_Your goal_
Copy the lines below that contain "IFCSIUNIT".

_Records provided_
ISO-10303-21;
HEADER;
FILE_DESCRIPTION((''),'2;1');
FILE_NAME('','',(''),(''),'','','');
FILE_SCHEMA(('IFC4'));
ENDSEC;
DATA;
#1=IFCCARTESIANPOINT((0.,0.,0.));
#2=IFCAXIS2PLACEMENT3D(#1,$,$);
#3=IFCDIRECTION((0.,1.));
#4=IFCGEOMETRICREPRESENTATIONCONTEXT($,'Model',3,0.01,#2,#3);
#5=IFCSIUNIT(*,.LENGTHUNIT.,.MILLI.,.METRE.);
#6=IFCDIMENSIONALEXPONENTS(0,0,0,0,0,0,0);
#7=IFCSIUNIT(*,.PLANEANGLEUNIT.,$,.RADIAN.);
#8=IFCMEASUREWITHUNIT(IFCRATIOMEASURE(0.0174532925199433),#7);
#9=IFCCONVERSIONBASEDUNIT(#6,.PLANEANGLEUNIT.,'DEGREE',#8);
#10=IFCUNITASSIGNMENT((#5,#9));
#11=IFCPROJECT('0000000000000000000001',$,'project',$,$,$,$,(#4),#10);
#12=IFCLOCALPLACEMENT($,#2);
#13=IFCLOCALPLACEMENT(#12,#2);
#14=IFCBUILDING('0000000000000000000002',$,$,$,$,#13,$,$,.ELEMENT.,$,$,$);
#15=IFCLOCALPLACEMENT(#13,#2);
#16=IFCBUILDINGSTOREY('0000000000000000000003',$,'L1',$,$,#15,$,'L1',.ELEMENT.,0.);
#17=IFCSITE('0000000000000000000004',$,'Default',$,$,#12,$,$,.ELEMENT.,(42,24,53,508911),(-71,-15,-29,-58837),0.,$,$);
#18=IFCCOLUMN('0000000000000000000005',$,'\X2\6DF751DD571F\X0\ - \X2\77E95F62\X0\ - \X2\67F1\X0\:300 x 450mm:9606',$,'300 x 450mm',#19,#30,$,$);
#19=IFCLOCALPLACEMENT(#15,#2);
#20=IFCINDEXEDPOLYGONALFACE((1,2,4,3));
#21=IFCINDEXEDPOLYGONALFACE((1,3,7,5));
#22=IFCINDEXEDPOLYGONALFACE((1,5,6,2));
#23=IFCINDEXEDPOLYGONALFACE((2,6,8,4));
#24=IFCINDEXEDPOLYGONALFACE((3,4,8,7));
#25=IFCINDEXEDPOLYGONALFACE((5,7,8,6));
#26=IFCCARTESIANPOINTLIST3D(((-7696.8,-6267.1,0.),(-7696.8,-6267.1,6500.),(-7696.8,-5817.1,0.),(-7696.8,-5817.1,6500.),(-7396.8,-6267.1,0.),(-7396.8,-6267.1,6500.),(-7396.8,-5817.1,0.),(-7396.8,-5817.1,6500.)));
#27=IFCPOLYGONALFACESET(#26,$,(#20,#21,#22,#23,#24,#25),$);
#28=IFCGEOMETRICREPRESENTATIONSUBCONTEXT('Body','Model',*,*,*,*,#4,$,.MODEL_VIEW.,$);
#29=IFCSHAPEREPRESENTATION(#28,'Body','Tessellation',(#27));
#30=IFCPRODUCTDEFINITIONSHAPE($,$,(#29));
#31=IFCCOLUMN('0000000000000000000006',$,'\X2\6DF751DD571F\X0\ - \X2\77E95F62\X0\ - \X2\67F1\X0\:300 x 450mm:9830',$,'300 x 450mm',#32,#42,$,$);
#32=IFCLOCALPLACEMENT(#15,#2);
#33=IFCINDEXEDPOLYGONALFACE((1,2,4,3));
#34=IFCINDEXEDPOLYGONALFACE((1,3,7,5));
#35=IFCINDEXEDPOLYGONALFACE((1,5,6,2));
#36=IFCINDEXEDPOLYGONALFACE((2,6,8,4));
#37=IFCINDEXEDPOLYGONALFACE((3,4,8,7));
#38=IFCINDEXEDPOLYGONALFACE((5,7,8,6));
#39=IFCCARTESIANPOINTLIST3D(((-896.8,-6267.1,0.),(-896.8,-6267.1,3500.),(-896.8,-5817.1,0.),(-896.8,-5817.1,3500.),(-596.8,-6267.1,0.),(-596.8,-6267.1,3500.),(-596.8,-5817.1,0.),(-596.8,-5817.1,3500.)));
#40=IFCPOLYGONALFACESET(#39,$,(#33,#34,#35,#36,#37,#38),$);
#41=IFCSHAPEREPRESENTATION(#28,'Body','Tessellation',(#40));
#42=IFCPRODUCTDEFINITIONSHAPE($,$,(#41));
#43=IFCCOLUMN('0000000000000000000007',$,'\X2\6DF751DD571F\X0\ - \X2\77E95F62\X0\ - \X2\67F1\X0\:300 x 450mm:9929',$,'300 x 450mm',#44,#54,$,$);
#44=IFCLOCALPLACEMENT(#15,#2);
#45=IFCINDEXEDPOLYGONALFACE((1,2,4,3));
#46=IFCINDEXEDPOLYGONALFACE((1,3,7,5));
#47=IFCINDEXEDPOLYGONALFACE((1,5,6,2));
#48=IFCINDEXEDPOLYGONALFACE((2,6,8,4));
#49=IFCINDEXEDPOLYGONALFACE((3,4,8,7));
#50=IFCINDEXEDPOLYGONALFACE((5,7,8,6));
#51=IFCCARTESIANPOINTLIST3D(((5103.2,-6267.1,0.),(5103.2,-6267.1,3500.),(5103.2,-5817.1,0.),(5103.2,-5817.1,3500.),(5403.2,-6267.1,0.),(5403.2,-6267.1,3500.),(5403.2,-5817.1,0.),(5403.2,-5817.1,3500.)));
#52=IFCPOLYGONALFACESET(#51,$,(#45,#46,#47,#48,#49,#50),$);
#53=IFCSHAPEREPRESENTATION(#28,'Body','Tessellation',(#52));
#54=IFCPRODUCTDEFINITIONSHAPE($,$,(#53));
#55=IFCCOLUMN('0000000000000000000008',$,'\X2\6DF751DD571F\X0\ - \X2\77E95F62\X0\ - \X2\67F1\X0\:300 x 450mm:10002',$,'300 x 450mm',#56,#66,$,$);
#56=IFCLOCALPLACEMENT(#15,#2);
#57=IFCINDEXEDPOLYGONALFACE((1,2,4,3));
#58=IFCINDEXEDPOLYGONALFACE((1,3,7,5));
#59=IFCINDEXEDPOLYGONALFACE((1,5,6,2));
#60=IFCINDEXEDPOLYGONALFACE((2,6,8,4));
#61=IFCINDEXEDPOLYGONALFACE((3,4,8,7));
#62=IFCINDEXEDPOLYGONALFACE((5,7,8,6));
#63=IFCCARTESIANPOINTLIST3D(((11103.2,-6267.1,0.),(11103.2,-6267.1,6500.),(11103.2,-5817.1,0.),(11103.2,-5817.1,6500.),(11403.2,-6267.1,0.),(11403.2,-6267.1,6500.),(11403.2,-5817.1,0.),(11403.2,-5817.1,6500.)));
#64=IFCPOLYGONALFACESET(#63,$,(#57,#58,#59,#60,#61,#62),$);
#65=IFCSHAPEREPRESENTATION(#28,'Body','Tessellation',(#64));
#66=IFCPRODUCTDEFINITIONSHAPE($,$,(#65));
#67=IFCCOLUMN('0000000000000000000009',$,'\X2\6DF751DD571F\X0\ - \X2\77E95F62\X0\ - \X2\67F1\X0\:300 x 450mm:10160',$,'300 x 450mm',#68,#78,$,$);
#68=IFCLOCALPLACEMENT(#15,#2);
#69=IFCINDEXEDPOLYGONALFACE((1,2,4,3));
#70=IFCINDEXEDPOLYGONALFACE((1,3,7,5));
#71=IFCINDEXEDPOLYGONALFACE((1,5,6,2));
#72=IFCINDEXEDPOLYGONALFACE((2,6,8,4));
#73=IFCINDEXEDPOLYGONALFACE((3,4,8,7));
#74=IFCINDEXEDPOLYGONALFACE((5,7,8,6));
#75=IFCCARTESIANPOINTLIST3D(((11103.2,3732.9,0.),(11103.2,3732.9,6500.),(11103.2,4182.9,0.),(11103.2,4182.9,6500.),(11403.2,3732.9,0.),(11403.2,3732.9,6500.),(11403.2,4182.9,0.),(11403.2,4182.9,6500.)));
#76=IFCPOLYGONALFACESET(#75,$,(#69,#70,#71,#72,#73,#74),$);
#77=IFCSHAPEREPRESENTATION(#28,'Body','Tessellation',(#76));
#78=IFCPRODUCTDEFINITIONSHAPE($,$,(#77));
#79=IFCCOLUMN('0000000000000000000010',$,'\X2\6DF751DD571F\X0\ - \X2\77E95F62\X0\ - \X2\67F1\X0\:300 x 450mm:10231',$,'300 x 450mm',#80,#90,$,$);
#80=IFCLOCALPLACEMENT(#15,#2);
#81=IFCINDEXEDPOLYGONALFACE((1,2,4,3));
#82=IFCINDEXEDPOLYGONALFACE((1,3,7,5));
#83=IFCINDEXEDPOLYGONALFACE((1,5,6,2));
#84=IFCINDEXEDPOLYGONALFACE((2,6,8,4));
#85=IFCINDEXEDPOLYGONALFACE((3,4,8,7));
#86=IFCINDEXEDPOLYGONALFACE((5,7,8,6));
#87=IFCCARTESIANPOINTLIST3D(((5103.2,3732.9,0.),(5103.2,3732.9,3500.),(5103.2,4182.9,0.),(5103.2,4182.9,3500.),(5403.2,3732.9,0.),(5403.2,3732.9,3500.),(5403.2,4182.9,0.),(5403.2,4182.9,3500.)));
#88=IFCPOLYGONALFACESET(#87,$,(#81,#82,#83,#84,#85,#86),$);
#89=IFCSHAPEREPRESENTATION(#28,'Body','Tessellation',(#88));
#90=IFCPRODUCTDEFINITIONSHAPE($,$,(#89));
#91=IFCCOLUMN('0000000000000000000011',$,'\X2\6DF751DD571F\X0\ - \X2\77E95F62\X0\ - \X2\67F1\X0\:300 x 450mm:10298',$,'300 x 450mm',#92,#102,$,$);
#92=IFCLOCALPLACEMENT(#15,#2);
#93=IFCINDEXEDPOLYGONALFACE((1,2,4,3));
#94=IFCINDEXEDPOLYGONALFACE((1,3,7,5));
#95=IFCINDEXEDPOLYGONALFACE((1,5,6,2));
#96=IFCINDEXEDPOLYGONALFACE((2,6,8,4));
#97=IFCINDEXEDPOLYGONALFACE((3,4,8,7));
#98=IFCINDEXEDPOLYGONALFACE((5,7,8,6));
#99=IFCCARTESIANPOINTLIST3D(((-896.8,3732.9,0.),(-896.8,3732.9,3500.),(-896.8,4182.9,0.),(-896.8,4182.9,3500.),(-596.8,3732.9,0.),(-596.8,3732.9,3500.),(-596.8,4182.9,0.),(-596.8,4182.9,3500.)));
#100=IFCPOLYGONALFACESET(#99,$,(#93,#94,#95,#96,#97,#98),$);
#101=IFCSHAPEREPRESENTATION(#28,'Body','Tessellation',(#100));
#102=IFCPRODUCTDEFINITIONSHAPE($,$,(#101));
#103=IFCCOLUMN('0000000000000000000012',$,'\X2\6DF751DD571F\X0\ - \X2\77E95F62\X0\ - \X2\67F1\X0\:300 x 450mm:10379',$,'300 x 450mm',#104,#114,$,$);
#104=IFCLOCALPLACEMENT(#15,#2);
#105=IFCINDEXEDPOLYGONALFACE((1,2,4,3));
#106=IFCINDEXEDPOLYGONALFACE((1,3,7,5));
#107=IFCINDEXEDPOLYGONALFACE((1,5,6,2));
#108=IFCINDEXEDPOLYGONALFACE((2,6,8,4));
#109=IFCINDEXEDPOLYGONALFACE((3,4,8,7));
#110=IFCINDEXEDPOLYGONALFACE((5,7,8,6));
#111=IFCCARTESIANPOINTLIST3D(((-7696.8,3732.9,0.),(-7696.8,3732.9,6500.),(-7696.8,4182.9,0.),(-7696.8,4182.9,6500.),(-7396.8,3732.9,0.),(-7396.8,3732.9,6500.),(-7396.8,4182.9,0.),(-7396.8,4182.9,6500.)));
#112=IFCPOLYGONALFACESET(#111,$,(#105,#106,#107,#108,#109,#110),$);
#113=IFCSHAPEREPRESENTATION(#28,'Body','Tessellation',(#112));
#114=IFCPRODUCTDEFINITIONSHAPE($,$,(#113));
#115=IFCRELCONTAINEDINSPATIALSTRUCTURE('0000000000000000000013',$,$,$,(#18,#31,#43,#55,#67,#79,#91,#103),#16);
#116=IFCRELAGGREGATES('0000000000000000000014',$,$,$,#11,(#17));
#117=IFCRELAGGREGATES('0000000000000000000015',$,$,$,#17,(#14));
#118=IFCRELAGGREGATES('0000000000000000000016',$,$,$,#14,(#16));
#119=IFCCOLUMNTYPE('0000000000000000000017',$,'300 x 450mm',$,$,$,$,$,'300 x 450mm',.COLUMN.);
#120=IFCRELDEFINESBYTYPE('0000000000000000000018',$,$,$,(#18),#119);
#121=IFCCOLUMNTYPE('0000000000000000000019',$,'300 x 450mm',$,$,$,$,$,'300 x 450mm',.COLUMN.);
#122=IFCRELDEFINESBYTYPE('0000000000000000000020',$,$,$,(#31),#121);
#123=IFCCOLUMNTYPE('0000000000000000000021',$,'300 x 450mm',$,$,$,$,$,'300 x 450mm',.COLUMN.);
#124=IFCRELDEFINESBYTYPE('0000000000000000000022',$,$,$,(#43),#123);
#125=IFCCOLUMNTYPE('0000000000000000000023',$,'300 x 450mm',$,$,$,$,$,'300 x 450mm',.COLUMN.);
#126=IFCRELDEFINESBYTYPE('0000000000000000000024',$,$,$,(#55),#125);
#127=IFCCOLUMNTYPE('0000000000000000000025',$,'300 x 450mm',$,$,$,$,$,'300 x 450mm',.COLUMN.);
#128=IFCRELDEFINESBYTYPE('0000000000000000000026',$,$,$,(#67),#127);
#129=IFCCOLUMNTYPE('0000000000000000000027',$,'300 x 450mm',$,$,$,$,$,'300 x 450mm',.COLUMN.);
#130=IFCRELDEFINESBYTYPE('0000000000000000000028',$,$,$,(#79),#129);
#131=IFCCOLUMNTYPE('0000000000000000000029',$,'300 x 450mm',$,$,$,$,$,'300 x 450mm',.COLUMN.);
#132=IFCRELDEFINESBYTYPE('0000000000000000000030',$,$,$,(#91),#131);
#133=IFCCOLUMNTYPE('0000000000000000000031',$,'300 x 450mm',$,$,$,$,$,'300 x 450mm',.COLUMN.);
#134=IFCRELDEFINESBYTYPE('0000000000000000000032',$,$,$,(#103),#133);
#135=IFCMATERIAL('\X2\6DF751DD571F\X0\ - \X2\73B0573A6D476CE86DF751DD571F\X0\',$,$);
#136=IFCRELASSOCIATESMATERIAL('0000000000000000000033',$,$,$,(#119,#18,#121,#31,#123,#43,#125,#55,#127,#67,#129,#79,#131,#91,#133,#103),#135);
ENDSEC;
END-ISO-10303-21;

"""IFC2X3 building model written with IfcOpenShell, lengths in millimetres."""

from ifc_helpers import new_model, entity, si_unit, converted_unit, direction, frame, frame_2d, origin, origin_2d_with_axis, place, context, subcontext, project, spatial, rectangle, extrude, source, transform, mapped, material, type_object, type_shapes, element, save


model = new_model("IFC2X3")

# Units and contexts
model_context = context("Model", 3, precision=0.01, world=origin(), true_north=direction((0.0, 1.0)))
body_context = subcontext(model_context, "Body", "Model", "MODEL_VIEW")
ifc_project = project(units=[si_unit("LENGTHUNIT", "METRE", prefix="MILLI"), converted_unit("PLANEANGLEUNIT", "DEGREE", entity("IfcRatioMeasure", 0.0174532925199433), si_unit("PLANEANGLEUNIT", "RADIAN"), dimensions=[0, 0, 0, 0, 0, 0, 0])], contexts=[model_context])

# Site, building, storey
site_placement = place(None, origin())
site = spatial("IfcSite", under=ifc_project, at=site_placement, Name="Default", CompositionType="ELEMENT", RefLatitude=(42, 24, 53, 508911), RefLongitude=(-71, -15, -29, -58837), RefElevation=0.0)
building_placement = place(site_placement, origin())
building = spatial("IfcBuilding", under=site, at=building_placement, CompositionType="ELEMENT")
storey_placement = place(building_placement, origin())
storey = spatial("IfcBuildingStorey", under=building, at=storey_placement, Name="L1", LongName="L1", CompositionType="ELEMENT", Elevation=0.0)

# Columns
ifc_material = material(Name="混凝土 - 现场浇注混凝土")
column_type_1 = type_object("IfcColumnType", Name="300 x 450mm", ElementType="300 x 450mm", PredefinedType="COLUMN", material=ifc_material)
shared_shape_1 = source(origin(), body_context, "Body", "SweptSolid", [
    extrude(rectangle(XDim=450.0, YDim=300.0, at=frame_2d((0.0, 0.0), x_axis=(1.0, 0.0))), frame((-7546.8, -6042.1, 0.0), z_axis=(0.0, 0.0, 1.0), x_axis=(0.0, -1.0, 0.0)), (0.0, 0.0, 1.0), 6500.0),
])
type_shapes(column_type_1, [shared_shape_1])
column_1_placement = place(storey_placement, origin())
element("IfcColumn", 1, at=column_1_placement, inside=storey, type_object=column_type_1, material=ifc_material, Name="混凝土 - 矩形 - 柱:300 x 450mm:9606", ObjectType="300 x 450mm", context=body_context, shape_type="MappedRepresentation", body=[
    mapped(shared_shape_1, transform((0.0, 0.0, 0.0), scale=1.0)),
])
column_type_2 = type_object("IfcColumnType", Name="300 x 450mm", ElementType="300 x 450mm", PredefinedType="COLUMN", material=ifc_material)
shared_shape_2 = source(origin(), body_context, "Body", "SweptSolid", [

_Response_
#5=IFCSIUNIT(*,.LENGTHUNIT.,.MILLI.,.METRE.);
#7=IFCSIUNIT(*,.PLANEANGLEUNIT.,$,.RADIAN.);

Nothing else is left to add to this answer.